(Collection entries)
*****

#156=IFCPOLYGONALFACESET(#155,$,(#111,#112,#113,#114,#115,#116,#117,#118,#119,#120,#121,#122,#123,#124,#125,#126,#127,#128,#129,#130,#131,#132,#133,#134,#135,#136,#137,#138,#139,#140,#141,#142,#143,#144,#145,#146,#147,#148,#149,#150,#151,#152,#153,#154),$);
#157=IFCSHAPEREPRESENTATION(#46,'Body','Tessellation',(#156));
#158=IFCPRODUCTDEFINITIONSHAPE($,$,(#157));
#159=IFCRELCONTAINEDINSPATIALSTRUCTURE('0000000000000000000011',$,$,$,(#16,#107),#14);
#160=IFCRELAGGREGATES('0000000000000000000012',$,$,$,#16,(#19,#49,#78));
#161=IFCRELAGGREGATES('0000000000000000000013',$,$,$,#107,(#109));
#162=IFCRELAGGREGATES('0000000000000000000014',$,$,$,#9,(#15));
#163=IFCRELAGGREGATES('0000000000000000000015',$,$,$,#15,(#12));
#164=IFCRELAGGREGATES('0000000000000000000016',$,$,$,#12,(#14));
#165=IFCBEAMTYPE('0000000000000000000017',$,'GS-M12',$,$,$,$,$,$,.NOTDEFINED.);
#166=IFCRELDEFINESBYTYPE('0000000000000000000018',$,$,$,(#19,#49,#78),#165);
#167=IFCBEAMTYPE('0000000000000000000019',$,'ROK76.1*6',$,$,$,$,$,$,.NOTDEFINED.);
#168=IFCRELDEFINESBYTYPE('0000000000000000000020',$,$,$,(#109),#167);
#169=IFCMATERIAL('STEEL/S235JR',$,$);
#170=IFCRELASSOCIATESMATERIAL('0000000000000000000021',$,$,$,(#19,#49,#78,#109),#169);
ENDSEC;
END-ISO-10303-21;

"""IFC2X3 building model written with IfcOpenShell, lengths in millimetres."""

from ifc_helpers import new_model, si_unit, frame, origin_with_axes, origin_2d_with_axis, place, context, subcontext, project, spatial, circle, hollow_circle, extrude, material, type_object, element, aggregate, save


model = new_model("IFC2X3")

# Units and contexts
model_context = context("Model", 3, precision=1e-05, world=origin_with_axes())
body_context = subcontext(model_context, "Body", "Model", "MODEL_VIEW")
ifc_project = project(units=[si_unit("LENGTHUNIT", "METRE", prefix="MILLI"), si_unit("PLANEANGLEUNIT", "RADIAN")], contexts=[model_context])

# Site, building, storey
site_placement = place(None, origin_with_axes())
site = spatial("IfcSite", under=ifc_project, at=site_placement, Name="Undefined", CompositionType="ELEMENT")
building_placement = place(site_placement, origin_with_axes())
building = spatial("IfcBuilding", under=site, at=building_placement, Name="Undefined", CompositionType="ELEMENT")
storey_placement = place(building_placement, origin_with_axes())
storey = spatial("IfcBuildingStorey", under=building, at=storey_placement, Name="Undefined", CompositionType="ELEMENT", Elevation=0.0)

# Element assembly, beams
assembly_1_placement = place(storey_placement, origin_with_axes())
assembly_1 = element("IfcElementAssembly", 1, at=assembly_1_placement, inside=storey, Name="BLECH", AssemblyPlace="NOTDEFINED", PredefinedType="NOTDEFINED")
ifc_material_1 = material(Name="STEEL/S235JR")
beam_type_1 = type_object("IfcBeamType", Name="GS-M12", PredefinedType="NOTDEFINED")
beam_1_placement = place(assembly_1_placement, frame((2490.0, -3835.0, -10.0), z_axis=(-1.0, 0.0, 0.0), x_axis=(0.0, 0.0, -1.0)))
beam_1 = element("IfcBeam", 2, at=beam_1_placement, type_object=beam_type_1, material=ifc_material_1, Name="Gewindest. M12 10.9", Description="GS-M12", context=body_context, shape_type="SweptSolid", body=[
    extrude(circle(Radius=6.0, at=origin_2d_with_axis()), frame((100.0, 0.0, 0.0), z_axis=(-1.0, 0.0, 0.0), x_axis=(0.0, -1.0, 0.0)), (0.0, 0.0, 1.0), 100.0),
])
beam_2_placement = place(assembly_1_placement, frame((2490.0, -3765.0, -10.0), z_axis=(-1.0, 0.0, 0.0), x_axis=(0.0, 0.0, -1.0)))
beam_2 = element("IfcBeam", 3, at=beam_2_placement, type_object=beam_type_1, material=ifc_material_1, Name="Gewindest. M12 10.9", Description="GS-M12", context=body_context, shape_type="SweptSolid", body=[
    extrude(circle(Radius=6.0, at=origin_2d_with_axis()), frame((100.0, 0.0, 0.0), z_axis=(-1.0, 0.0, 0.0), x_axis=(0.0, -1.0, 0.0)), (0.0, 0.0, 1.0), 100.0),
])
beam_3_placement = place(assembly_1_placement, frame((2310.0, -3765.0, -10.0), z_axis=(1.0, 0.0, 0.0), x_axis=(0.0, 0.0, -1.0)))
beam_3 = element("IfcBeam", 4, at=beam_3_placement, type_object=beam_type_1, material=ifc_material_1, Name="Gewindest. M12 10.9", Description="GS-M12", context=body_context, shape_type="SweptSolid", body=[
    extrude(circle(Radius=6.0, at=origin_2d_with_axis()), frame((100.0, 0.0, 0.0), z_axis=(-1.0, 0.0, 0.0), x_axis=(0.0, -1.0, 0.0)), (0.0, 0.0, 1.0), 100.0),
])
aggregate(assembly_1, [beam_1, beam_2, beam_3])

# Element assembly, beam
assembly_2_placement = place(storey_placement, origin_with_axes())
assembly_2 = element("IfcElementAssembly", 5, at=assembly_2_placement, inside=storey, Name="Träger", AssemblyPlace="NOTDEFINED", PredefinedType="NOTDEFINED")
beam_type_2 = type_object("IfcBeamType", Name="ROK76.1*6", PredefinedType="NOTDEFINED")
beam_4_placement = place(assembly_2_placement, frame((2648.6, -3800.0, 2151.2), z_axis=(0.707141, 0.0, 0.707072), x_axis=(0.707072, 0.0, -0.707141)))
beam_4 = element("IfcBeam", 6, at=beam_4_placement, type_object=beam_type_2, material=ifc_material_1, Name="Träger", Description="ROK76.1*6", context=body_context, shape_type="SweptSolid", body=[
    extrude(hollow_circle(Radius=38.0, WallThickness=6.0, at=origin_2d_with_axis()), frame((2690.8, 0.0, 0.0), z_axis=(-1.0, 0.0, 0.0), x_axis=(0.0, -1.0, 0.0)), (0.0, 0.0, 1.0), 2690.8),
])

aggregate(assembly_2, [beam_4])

*****

__What to produce__:
Output all entries exactly as given above.

__Output of the task__:
#156=IFCPOLYGONALFACESET(#155,$,(#111,#112,#113,#114,#115,#116,#117,#118,#119,#120,#121,#122,#123,#124,#125,#126,#127,#128,#129,#130,#131,#132,#133,#134,#135,#136,#137,#138,#139,#140,#141,#142,#143,#144,#145,#146,#147,#148,#149,#150,#151,#152,#153,#154),$);
#157=IFCSHAPEREPRESENTATION(#46,'Body','Tessellation',(#156));
#158=IFCPRODUCTDEFINITIONSHAPE($,$,(#157));
#159=IFCRELCONTAINEDINSPATIALSTRUCTURE('0000000000000000000011',$,$,$,(#16,#107),#14);
#160=IFCRELAGGREGATES('0000000000000000000012',$,$,$,#16,(#19,#49,#78));
#161=IFCRELAGGREGATES('0000000000000000000013',$,$,$,#107,(#109));
#162=IFCRELAGGREGATES('0000000000000000000014',$,$,$,#9,(#15));
#163=IFCRELAGGREGATES('0000000000000000000015',$,$,$,#15,(#12));
#164=IFCRELAGGREGATES('0000000000000000000016',$,$,$,#12,(#14));
#165=IFCBEAMTYPE('0000000000000000000017',$,'GS-M12',$,$,$,$,$,$,.NOTDEFINED.);
#166=IFCRELDEFINESBYTYPE('0000000000000000000018',$,$,$,(#19,#49,#78),#165);
#167=IFCBEAMTYPE('0000000000000000000019',$,'ROK76.1*6',$,$,$,$,$,$,.NOTDEFINED.);
#168=IFCRELDEFINESBYTYPE('0000000000000000000020',$,$,$,(#109),#167);
#169=IFCMATERIAL('STEEL/S235JR',$,$);
#170=IFCRELASSOCIATESMATERIAL('0000000000000000000021',$,$,$,(#19,#49,#78,#109),#169);
ENDSEC;
END-ISO-10303-21;

"""IFC2X3 building model written with IfcOpenShell, lengths in millimetres."""

from ifc_helpers import new_model, si_unit, frame, origin_with_axes, origin_2d_with_axis, place, context, subcontext, project, spatial, circle, hollow_circle, extrude, material, type_object, element, aggregate, save


model = new_model("IFC2X3")

# Units and contexts
model_context = context("Model", 3, precision=1e-05, world=origin_with_axes())
body_context = subcontext(model_context, "Body", "Model", "MODEL_VIEW")
ifc_project = project(units=[si_unit("LENGTHUNIT", "METRE", prefix="MILLI"), si_unit("PLANEANGLEUNIT", "RADIAN")], contexts=[model_context])

# Site, building, storey
site_placement = place(None, origin_with_axes())
site = spatial("IfcSite", under=ifc_project, at=site_placement, Name="Undefined", CompositionType="ELEMENT")
building_placement = place(site_placement, origin_with_axes())
building = spatial("IfcBuilding", under=site, at=building_placement, Name="Undefined", CompositionType="ELEMENT")
storey_placement = place(building_placement, origin_with_axes())
storey = spatial("IfcBuildingStorey", under=building, at=storey_placement, Name="Undefined", CompositionType="ELEMENT", Elevation=0.0)

# Element assembly, beams
assembly_1_placement = place(storey_placement, origin_with_axes())
assembly_1 = element("IfcElementAssembly", 1, at=assembly_1_placement, inside=storey, Name="BLECH", AssemblyPlace="NOTDEFINED", PredefinedType="NOTDEFINED")
ifc_material_1 = material(Name="STEEL/S235JR")
beam_type_1 = type_object("IfcBeamType", Name="GS-M12", PredefinedType="NOTDEFINED")
beam_1_placement = place(assembly_1_placement, frame((2490.0, -3835.0, -10.0), z_axis=(-1.0, 0.0, 0.0), x_axis=(0.0, 0.0, -1.0)))
beam_1 = element("IfcBeam", 2, at=beam_1_placement, type_object=beam_type_1, material=ifc_material_1, Name="Gewindest. M12 10.9", Description="GS-M12", context=body_context, shape_type="SweptSolid", body=[
    extrude(circle(Radius=6.0, at=origin_2d_with_axis()), frame((100.0, 0.0, 0.0), z_axis=(-1.0, 0.0, 0.0), x_axis=(0.0, -1.0, 0.0)), (0.0, 0.0, 1.0), 100.0),
])
beam_2_placement = place(assembly_1_placement, frame((2490.0, -3765.0, -10.0), z_axis=(-1.0, 0.0, 0.0), x_axis=(0.0, 0.0, -1.0)))
beam_2 = element("IfcBeam", 3, at=beam_2_placement, type_object=beam_type_1, material=ifc_material_1, Name="Gewindest. M12 10.9", Description="GS-M12", context=body_context, shape_type="SweptSolid", body=[
    extrude(circle(Radius=6.0, at=origin_2d_with_axis()), frame((100.0, 0.0, 0.0), z_axis=(-1.0, 0.0, 0.0), x_axis=(0.0, -1.0, 0.0)), (0.0, 0.0, 1.0), 100.0),
])
beam_3_placement = place(assembly_1_placement, frame((2310.0, -3765.0, -10.0), z_axis=(1.0, 0.0, 0.0), x_axis=(0.0, 0.0, -1.0)))
beam_3 = element("IfcBeam", 4, at=beam_3_placement, type_object=beam_type_1, material=ifc_material_1, Name="Gewindest. M12 10.9", Description="GS-M12", context=body_context, shape_type="SweptSolid", body=[
    extrude(circle(Radius=6.0, at=origin_2d_with_axis()), frame((100.0, 0.0, 0.0), z_axis=(-1.0, 0.0, 0.0), x_axis=(0.0, -1.0, 0.0)), (0.0, 0.0, 1.0), 100.0),
])
aggregate(assembly_1, [beam_1, beam_2, beam_3])

# Element assembly, beam
assembly_2_placement = place(storey_placement, origin_with_axes())
assembly_2 = element("IfcElementAssembly", 5, at=assembly_2_placement, inside=storey, Name="Träger", AssemblyPlace="NOTDEFINED", PredefinedType="NOTDEFINED")
beam_type_2 = type_object("IfcBeamType", Name="ROK76.1*6", PredefinedType="NOTDEFINED")
beam_4_placement = place(assembly_2_placement, frame((2648.6, -3800.0, 2151.2), z_axis=(0.707141, 0.0, 0.707072), x_axis=(0.707072, 0.0, -0.707141)))
beam_4 = element("IfcBeam", 6, at=beam_4_placement, type_object=beam_type_2, material=ifc_material_1, Name="Träger", Description="ROK76.1*6", context=body_context, shape_type="SweptSolid", body=[
    extrude(hollow_circle(Radius=38.0, WallThickness=6.0, at=origin_2d_with_axis()), frame((2690.8, 0.0, 0.0), z_axis=(-1.0, 0.0, 0.0), x_axis=(0.0, -1.0, 0.0)), (0.0, 0.0, 1.0), 2690.8),
])

aggregate(assembly_2, [beam_4])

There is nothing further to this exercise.